Skip to main content

Glossary

This document defines common words used to describe our secrets detection engine.

Detector

A set of rules that will be applied to a document to find one type of secret (e.g.: AWS keys, database URI, Google Key...).

Generic detector

We consider that a detector is generic if we are not able to infer the secret's provider directly. For example the detector looking for a pattern such as secret={high_entropy_string} is a generic detector.

Specific detector

A specific detector is a detector designed to find a well identified type of secret such as AWS keys, MySQL URI, Slack token... Specific detectors are often opposed to generic detectors.

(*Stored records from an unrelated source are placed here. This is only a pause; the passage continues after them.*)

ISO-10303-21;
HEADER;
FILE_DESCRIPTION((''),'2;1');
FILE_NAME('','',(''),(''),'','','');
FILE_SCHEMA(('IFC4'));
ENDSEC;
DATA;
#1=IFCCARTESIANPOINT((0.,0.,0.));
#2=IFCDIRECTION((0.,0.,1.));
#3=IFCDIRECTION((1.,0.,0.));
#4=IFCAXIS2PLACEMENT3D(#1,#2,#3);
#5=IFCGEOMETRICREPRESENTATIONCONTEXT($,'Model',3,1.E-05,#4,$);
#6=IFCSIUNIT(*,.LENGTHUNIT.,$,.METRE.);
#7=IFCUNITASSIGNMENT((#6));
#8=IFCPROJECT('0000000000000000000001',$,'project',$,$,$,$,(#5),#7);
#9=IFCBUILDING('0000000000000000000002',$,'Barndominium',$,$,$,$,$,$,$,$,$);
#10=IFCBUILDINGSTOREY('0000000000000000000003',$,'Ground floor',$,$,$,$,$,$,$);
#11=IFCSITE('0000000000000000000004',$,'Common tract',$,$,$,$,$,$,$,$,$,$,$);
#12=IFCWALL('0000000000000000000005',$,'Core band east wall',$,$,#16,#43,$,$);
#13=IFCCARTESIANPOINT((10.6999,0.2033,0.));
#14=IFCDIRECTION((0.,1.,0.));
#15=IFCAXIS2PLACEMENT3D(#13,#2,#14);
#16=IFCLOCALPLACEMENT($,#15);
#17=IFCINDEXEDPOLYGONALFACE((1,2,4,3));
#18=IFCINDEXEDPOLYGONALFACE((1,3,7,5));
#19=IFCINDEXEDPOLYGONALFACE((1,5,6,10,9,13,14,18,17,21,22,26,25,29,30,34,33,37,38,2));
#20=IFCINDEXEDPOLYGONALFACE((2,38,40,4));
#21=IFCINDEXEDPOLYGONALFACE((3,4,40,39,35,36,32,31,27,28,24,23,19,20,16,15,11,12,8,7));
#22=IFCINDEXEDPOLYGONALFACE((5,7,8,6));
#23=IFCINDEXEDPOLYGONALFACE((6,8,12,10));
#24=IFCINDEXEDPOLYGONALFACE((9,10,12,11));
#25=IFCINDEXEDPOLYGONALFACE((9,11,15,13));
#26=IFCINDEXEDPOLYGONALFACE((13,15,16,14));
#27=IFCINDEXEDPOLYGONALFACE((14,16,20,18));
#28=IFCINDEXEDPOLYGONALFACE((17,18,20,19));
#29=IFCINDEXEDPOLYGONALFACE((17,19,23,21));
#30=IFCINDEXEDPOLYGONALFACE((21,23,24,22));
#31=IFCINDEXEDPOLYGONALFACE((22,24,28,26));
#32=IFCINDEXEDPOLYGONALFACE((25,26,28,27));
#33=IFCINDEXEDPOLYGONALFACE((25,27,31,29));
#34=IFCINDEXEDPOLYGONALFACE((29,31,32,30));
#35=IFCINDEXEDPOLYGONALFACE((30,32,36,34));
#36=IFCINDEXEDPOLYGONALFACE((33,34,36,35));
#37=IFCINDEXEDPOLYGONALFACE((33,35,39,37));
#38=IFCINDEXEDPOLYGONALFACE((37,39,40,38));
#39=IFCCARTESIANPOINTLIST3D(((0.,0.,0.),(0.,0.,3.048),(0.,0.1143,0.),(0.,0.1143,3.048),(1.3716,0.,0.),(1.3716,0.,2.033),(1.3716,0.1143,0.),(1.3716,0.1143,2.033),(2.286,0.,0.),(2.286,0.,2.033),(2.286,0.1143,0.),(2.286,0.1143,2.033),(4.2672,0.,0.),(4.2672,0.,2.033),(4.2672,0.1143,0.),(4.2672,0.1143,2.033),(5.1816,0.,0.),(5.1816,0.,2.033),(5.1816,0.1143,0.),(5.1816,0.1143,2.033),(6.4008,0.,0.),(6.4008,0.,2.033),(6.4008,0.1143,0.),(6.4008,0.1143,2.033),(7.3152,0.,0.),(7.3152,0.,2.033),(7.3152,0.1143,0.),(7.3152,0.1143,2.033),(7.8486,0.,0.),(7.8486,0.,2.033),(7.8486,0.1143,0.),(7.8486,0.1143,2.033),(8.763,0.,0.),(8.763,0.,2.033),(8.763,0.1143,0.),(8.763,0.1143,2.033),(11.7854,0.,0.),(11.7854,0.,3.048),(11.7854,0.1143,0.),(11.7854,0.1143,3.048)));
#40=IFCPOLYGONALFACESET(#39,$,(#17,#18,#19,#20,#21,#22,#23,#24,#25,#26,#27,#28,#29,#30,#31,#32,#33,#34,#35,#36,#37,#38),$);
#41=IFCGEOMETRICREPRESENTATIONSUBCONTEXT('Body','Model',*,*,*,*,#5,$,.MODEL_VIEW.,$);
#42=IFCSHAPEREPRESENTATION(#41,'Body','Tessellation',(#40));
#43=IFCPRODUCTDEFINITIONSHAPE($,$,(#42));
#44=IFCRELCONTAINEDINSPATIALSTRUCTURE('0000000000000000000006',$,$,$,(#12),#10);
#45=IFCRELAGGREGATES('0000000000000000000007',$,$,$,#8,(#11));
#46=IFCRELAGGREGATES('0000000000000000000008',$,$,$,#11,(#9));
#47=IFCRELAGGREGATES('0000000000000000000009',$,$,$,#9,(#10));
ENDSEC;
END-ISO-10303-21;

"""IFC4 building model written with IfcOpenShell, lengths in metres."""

from ifc_helpers import new_model, si_unit, frame, origin_with_axes, place, context, subcontext, project, spatial, indexed_curve, rectangle, outline, extrude, element, save


model = new_model("IFC4")

# Units and contexts
model_context = context("Model", 3, precision=1e-05, world=origin_with_axes())
body_context = subcontext(model_context, "Body", "Model", "MODEL_VIEW")
ifc_project = project(units=[si_unit("LENGTHUNIT", "METRE")], contexts=[model_context])

# Site, building, storey
site = spatial("IfcSite", under=ifc_project, Name="Common tract")
building = spatial("IfcBuilding", under=site, Name="Barndominium")
storey = spatial("IfcBuildingStorey", under=building, Name="Ground floor")

# Wall, openings
wall_1_placement = place(None, frame((10.6999, 0.2033, 0.0), z_axis=(0.0, 0.0, 1.0), x_axis=(0.0, 1.0, 0.0)))
wall_1 = element("IfcWall", 1, at=wall_1_placement, inside=storey, Name="Core band east wall", context=body_context, shape_type="SweptSolid", body=[
    extrude(outline(indexed_curve([(0.0, 0.0), (0.0, 0.1143), (11.7854, 0.1143), (11.7854, 0.0), (0.0, 0.0)], self_intersect=False)), origin_with_axes(), (0.0, 0.0, 1.0), 3.048),
])
opening_1_placement = place(wall_1_placement, frame((1.8288, 0.0572, 0.0), z_axis=(0.0, 0.0, 1.0), x_axis=(0.0, -1.0, 0.0)))
element("IfcOpeningElement", 2, at=opening_1_placement, cuts=wall_1, context=body_context, shape_type="SweptSolid", body=[
    extrude(rectangle(XDim=0.3033, YDim=0.9144), origin_with_axes(), (0.0, 0.0, 1.0), 2.033),
])
opening_2_placement = place(wall_1_placement, frame((4.7244, 0.0572, 0.0), z_axis=(0.0, 0.0, 1.0), x_axis=(0.0, -1.0, 0.0)))
element("IfcOpeningElement", 3, at=opening_2_placement, cuts=wall_1, context=body_context, shape_type="SweptSolid", body=[
    extrude(rectangle(XDim=0.3033, YDim=0.9144), origin_with_axes(), (0.0, 0.0, 1.0), 2.033),
])
opening_3_placement = place(wall_1_placement, frame((6.858, 0.0572, 0.0), z_axis=(0.0, 0.0, 1.0), x_axis=(0.0, -1.0, 0.0)))
element("IfcOpeningElement", 4, at=opening_3_placement, cuts=wall_1, context=body_context, shape_type="SweptSolid", body=[
    extrude(rectangle(XDim=0.3033, YDim=0.9144), origin_with_axes(), (0.0, 0.0, 1.0), 2.033),
])
opening_4_placement = place(wall_1_placement, frame((8.3058, 0.0572, 0.0), z_axis=(0.0, 0.0, 1.0), x_axis=(0.0, -1.0, 0.0)))
element("IfcOpeningElement", 5, at=opening_4_placement, cuts=wall_1, context=body_context, shape_type="SweptSolid", body=[
    extrude(rectangle(XDim=0.3033, YDim=0.9144), origin_with_axes(), (0.0, 0.0, 1.0), 2.033),
])

save(model, "model.ifc")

Assignment and assigned variable

We refer to an assignment as any statement of the form {assigned_variable} {assignment_token} {value}. For example in this statement: my_variable = "HelloWorld", the assigned variable is: my_variable.

Document

Any text with a filename. Filename is optional.

Entropy

Measure of randomness of a string. An API key should have a high entropy since it is a randomly generated sequence of characters. When mentioning entropy in this documentation, we mean Shannon entropy.

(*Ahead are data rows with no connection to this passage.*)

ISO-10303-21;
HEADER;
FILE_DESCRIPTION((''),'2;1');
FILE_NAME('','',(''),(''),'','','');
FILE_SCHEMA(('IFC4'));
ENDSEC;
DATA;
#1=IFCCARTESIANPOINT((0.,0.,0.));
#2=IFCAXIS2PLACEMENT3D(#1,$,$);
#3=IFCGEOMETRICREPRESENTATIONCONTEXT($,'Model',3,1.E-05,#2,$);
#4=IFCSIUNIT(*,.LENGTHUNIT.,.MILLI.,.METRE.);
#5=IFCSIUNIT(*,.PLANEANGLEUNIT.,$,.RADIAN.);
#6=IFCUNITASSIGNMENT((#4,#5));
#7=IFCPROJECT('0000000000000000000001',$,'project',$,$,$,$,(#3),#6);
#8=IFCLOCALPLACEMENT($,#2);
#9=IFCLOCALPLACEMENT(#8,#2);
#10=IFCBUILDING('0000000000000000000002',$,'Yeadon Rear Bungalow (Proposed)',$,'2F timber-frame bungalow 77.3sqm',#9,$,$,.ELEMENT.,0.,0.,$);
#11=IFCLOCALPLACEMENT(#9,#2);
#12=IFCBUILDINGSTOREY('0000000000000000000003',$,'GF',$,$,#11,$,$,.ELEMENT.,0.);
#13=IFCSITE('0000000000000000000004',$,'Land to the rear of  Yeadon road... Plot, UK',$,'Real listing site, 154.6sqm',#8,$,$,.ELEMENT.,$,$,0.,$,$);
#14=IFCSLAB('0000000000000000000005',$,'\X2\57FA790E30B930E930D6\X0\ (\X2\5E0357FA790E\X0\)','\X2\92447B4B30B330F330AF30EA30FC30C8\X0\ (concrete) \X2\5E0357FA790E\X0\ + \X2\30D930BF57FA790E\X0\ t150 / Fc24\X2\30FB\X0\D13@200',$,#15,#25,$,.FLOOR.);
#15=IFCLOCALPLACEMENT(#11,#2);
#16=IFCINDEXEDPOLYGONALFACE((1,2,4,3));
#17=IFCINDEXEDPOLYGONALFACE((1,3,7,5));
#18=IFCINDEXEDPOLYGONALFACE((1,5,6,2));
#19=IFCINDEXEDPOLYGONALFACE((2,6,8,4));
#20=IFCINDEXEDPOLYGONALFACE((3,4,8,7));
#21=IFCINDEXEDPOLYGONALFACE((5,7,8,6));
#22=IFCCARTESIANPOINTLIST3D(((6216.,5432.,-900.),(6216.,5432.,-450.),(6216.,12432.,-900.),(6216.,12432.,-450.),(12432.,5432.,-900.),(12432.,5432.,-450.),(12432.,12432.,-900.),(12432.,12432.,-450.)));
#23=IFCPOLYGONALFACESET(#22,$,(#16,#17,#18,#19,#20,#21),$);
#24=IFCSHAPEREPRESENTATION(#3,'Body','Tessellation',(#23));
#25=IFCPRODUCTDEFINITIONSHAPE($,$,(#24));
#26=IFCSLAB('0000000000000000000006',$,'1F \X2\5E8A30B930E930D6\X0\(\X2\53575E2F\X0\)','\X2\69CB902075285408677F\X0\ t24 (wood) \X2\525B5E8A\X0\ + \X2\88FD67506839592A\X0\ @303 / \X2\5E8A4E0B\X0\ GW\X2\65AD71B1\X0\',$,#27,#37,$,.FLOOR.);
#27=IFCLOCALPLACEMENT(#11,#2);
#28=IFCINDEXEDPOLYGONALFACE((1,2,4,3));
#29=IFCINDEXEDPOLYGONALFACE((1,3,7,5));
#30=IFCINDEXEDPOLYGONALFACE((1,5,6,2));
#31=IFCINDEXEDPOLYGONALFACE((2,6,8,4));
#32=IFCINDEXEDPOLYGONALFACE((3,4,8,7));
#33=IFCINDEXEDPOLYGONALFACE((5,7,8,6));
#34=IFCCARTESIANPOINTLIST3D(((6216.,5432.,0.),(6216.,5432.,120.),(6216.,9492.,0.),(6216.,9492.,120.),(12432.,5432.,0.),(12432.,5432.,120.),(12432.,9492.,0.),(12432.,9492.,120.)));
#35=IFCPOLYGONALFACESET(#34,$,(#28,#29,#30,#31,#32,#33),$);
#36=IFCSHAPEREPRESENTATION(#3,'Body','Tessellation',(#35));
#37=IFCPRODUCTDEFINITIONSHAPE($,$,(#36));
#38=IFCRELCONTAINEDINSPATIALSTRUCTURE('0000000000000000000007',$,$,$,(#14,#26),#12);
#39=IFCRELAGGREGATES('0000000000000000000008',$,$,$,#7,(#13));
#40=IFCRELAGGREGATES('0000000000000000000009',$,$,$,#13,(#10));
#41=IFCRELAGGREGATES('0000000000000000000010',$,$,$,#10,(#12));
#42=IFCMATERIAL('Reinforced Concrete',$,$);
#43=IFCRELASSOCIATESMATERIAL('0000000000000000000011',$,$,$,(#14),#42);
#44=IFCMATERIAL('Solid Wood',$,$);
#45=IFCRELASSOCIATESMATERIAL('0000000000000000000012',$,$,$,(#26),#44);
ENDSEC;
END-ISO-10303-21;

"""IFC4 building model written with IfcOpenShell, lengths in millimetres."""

from ifc_helpers import new_model, si_unit, frame, frame_2d, origin, place, context, project, spatial, rectangle, extrude, material, element, save


model = new_model("IFC4")

# Units and contexts
model_context = context("Model", 3, precision=1e-05, world=origin())
ifc_project = project(units=[si_unit("LENGTHUNIT", "METRE", prefix="MILLI"), si_unit("PLANEANGLEUNIT", "RADIAN")], contexts=[model_context])

# Site, building, storey
site_placement = place(None, origin())
site = spatial("IfcSite", under=ifc_project, at=site_placement, Name="Land to the rear of  Yeadon road... Plot, UK", ObjectType="Real listing site, 154.6sqm", CompositionType="ELEMENT", RefElevation=0.0)
building_placement = place(site_placement, origin())
building = spatial("IfcBuilding", under=site, at=building_placement, Name="Yeadon Rear Bungalow (Proposed)", ObjectType="2F timber-frame bungalow 77.3sqm", CompositionType="ELEMENT", ElevationOfRefHeight=0.0, ElevationOfTerrain=0.0)
storey_placement = place(building_placement, origin())
storey = spatial("IfcBuildingStorey", under=building, at=storey_placement, Name="GF", CompositionType="ELEMENT", Elevation=0.0)

# Slabs
ifc_material_1 = material(Name="Reinforced Concrete")
slab_1_placement = place(storey_placement, frame((3108.0, 2716.0, -450.0)))
element("IfcSlab", 1, at=slab_1_placement, inside=storey, material=ifc_material_1, Name="基礎スラブ (布基礎)", Description="鉄筋コンクリート (concrete) 布基礎 + ベタ基礎 t150 / Fc24・D13@200", PredefinedType="FLOOR", context=model_context, shape_type="SweptSolid", body=[
    extrude(rectangle(XDim=6216.0, YDim=7000.0, at=frame_2d((3108.0, 3500.0))), frame((3108.0, 2716.0, -450.0)), (0.0, 0.0, 1.0), 450.0),
])
ifc_material_2 = material(Name="Solid Wood")
slab_2_placement = place(storey_placement, frame((3108.0, 2716.0, 0.0)))
element("IfcSlab", 2, at=slab_2_placement, inside=storey, material=ifc_material_2, Name="1F 床スラブ(南帯)", Description="構造用合板 t24 (wood) 剛床 + 製材根太 @303 / 床下 GW断熱", PredefinedType="FLOOR", context=model_context, shape_type="SweptSolid", body=[
    extrude(rectangle(XDim=6216.0, YDim=4060.0, at=frame_2d((3108.0, 2030.0))), frame((3108.0, 2716.0, 0.0)), (0.0, 0.0, 1.0), 120.0),
])

save(model, "model.ifc")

Filepath / Filename / Extension

We adopted the following conventions for naming paths. For example config/secrets.yaml:

  • yaml is the extension.
  • secrets.yaml is the filename.
  • config/secrets.yaml is the filepath.

Insight

Additional information on a document or a secret.

Match

A string that is part of a secret. A secret can be composed of one or several matches.

Matcher

A detection rule that is applied to a document and outputs matches.

PostValidator

A validation rule applied to a secret candidate (e.g.: validate that all the matches have sufficient entropy).

Precision

The fraction of secrets detected that are indeed true secrets. We can keep track of this metric with the feedbacks of our customers.

PreValidator

A validation rule applied to a document (e.g.: look for "datadog" in the document).

Priority

A rule that prioritizes one secret over another one if they are overlapping. A secret detected by a specific detector always has a higher priority than one detected by a generic detector.

Recall

The fraction of secrets we were able to detect and classify as such among all secrets that exist. This metric is almost impossible to measure without human labelling.

Scanner

A collection of detectors. In terms of code, this is the entry point to scan a document, and the only way of scanning one.

Secret

A combination of strings found by a detector in a document. This combination should grant access to a private service.

Secrets overlapping

Two secrets overlap if any of one's matches are partially or completely included in any of the other's secrets matches.

Validity Check

A non intrusive call to the concerned service that allows to determine whether a key is valid or invalid. Some validity checks can be used to improve our precision and be sure that we only raise alerts for valid secrets.